COVID-19, despensas y narco

Fotografía: Flickr Eneas de Troya


La violencia criminal en México es uno de los retos de seguridad más importantes para el país. Este artículo es el primero de una serie que busca abrir un espacio para la reflexión y discusión de este y otros tipos de violencias, a la luz de los impactos de la pandemia por el COVID-19.

Por: Sandra Ley, Profesora Investigadora DEP y Guillermo Vázquez del Mercado, Profesor Asociado DEP

Difícilmente otro evento ha generado un impacto en la salud y en la economía mundial como la pandemia y cuarentena generada por el COVID-19. En México, sin embargo, el virus llegó en medio de una profunda crisis de violencia que ha seguido en curso a pesar de la pandemia.
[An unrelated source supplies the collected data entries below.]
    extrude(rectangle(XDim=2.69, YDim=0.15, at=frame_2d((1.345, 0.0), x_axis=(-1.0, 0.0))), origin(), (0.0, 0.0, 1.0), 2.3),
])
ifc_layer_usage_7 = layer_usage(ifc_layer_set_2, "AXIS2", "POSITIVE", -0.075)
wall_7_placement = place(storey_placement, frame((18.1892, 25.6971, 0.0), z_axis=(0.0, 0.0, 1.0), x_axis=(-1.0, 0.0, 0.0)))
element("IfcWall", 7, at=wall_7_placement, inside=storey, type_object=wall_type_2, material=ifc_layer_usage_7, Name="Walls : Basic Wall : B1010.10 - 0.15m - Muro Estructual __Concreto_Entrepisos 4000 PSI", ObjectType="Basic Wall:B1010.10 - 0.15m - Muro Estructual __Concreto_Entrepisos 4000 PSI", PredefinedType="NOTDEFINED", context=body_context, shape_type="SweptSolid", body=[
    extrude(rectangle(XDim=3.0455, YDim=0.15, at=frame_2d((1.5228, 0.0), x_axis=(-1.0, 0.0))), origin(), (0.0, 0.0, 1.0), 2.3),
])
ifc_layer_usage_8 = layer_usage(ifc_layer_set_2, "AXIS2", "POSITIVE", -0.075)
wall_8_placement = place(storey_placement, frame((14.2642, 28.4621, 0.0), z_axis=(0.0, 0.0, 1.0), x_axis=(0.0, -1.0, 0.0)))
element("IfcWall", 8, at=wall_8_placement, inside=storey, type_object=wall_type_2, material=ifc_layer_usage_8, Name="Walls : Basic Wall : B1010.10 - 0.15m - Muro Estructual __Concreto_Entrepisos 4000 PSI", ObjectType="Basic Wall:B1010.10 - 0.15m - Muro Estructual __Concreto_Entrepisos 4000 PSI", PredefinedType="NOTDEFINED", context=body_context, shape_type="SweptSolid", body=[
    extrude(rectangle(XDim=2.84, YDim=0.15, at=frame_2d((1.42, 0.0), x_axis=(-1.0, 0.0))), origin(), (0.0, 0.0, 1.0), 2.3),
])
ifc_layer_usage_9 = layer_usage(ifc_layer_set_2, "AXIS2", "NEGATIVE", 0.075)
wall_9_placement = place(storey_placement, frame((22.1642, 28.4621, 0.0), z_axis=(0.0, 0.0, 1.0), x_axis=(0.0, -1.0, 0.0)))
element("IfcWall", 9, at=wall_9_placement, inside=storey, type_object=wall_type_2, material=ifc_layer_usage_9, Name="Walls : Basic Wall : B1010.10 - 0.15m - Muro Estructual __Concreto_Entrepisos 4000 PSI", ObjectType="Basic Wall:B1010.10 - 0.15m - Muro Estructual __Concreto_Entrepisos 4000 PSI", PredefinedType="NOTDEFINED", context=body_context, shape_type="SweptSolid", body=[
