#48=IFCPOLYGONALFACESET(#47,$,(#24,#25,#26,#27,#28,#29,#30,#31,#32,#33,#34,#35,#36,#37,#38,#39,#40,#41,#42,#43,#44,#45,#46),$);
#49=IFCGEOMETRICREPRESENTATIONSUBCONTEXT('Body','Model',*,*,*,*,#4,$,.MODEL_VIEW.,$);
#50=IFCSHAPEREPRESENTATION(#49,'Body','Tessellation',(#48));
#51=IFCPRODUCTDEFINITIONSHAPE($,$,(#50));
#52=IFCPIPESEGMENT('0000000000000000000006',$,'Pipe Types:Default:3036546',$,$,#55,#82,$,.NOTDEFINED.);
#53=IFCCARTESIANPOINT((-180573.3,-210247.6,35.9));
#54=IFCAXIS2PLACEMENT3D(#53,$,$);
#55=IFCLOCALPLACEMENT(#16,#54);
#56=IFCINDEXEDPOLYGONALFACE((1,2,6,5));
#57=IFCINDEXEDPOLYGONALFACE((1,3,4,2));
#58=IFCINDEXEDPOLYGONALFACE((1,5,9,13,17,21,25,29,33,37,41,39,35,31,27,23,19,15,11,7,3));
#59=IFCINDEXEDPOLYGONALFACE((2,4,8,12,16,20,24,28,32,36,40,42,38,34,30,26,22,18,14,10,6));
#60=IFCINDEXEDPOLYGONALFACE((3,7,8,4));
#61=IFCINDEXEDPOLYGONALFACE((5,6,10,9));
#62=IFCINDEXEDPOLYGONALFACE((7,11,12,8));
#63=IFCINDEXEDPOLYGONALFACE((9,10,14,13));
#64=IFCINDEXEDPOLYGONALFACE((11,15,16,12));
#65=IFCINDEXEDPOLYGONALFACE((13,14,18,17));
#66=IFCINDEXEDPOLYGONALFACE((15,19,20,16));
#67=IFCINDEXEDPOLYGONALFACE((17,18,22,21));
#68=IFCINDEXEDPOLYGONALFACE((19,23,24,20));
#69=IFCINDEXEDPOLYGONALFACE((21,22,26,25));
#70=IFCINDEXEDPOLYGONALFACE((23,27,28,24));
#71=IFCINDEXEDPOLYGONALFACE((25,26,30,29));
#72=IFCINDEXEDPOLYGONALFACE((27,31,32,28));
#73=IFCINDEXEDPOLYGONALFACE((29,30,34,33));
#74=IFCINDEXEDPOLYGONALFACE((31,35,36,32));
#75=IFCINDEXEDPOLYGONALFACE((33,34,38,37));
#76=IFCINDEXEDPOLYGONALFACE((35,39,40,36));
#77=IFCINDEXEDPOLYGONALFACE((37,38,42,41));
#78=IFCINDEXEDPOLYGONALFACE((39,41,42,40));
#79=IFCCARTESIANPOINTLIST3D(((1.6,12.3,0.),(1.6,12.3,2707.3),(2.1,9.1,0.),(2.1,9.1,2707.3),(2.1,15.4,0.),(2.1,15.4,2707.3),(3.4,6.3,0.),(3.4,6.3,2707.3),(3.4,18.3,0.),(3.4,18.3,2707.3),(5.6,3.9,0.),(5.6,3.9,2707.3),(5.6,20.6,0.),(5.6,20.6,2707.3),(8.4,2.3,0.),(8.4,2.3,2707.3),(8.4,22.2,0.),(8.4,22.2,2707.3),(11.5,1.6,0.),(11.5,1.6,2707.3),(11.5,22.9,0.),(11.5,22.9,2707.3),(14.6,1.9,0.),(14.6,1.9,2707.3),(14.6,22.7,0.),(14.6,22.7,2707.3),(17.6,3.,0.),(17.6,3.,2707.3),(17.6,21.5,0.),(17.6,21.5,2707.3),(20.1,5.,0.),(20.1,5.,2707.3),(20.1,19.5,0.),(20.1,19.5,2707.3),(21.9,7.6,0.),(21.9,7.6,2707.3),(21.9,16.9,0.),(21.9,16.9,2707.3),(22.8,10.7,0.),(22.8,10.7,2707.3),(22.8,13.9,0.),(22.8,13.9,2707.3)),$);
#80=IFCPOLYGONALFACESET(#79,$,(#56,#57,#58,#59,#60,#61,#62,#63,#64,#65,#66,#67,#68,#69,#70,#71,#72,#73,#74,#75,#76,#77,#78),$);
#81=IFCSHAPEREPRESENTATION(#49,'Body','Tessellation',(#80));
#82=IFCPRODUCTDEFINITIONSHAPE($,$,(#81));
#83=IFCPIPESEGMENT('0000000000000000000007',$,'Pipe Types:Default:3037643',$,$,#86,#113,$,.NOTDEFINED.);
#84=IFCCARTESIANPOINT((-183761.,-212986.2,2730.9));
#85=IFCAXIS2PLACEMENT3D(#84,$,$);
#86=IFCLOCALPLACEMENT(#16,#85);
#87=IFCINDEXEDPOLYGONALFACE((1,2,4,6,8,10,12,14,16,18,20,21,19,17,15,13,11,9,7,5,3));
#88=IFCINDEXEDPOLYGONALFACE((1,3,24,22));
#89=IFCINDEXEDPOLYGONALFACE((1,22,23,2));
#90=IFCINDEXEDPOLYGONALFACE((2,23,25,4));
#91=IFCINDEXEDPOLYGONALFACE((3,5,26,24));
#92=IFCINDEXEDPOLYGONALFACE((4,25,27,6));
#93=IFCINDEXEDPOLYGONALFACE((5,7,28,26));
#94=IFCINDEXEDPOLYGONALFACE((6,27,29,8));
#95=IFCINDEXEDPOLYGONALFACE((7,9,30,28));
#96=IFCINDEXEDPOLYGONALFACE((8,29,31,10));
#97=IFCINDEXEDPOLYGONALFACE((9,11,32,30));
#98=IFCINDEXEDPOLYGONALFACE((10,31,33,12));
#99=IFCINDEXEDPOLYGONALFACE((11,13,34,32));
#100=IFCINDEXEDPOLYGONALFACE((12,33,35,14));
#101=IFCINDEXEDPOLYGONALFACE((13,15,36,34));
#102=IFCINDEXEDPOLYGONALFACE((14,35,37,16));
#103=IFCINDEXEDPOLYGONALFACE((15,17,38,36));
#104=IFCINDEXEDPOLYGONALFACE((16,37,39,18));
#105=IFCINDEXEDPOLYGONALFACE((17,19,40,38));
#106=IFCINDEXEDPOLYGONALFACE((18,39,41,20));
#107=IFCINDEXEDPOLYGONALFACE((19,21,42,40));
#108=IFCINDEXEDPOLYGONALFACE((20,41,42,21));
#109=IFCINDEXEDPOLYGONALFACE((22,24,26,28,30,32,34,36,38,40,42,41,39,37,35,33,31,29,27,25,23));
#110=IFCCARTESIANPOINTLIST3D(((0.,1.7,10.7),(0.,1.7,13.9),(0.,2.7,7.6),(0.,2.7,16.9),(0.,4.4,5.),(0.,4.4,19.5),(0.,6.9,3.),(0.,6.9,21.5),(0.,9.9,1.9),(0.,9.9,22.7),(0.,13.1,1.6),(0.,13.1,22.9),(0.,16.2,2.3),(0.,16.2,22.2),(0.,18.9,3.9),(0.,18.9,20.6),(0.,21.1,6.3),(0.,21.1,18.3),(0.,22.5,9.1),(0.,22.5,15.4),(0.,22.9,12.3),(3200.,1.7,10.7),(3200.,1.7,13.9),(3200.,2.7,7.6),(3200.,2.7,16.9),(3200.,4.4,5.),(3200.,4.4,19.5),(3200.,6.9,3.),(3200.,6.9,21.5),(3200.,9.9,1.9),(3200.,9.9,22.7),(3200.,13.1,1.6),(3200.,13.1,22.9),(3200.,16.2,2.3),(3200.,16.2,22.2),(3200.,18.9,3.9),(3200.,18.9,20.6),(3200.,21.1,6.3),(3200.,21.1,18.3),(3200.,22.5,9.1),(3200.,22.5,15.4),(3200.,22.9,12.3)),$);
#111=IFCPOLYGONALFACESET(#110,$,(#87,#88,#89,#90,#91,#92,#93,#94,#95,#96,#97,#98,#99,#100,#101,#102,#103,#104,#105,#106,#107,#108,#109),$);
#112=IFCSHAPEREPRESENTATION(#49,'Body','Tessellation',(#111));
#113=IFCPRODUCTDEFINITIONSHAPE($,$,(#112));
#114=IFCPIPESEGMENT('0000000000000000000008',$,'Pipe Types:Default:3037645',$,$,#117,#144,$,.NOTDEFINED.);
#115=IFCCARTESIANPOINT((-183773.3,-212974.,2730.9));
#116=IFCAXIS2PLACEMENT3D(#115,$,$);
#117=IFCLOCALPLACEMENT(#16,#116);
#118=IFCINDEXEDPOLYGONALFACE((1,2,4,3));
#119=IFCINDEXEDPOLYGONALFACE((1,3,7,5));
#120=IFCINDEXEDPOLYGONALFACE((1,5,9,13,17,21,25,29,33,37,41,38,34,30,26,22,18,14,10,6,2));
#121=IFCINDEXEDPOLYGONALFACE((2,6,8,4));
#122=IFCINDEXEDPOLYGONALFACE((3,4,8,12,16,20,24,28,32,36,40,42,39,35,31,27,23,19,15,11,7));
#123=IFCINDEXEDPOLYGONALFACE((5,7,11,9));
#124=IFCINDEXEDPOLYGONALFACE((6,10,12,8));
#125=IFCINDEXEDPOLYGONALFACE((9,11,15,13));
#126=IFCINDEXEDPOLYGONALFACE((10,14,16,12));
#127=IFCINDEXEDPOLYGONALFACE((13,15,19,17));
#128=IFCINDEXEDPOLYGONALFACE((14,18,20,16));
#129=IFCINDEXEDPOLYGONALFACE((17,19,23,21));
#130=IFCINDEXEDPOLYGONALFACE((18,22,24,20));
Por ejemplo, el 21 de abril fue el día en el que 144 personas murieron por el virus en México, mientras que el día previo, 114 asesinatos tuvieron lugar en todo el país. Por un lado, estas cifras revelan la creciente letalidad del virus. Por el otro, reflejan la continua actividad y violencia de las organizaciones criminales en México.

En semanas recientes ha llamado la atención la clara combinación del uso de la violencia con la provisión de bienes por parte de los grupos criminales. Por diversas notas periodísticas, sabemos de al menos cinco estados (Jalisco, Michoacán, San Luis Potosí, Veracruz y Tamaulipas) en donde diferentes organizaciones criminales han realizado entregas de despensas a diversos sectores de la población. Es importante señalar, sin embargo, que estas acciones no son nuevas y responden a motivaciones diversas que van desde la disputa del control territorial al estado, búsqueda de legitimidad, conformación de una base social de apoyo y hasta el posicionamiento de marca.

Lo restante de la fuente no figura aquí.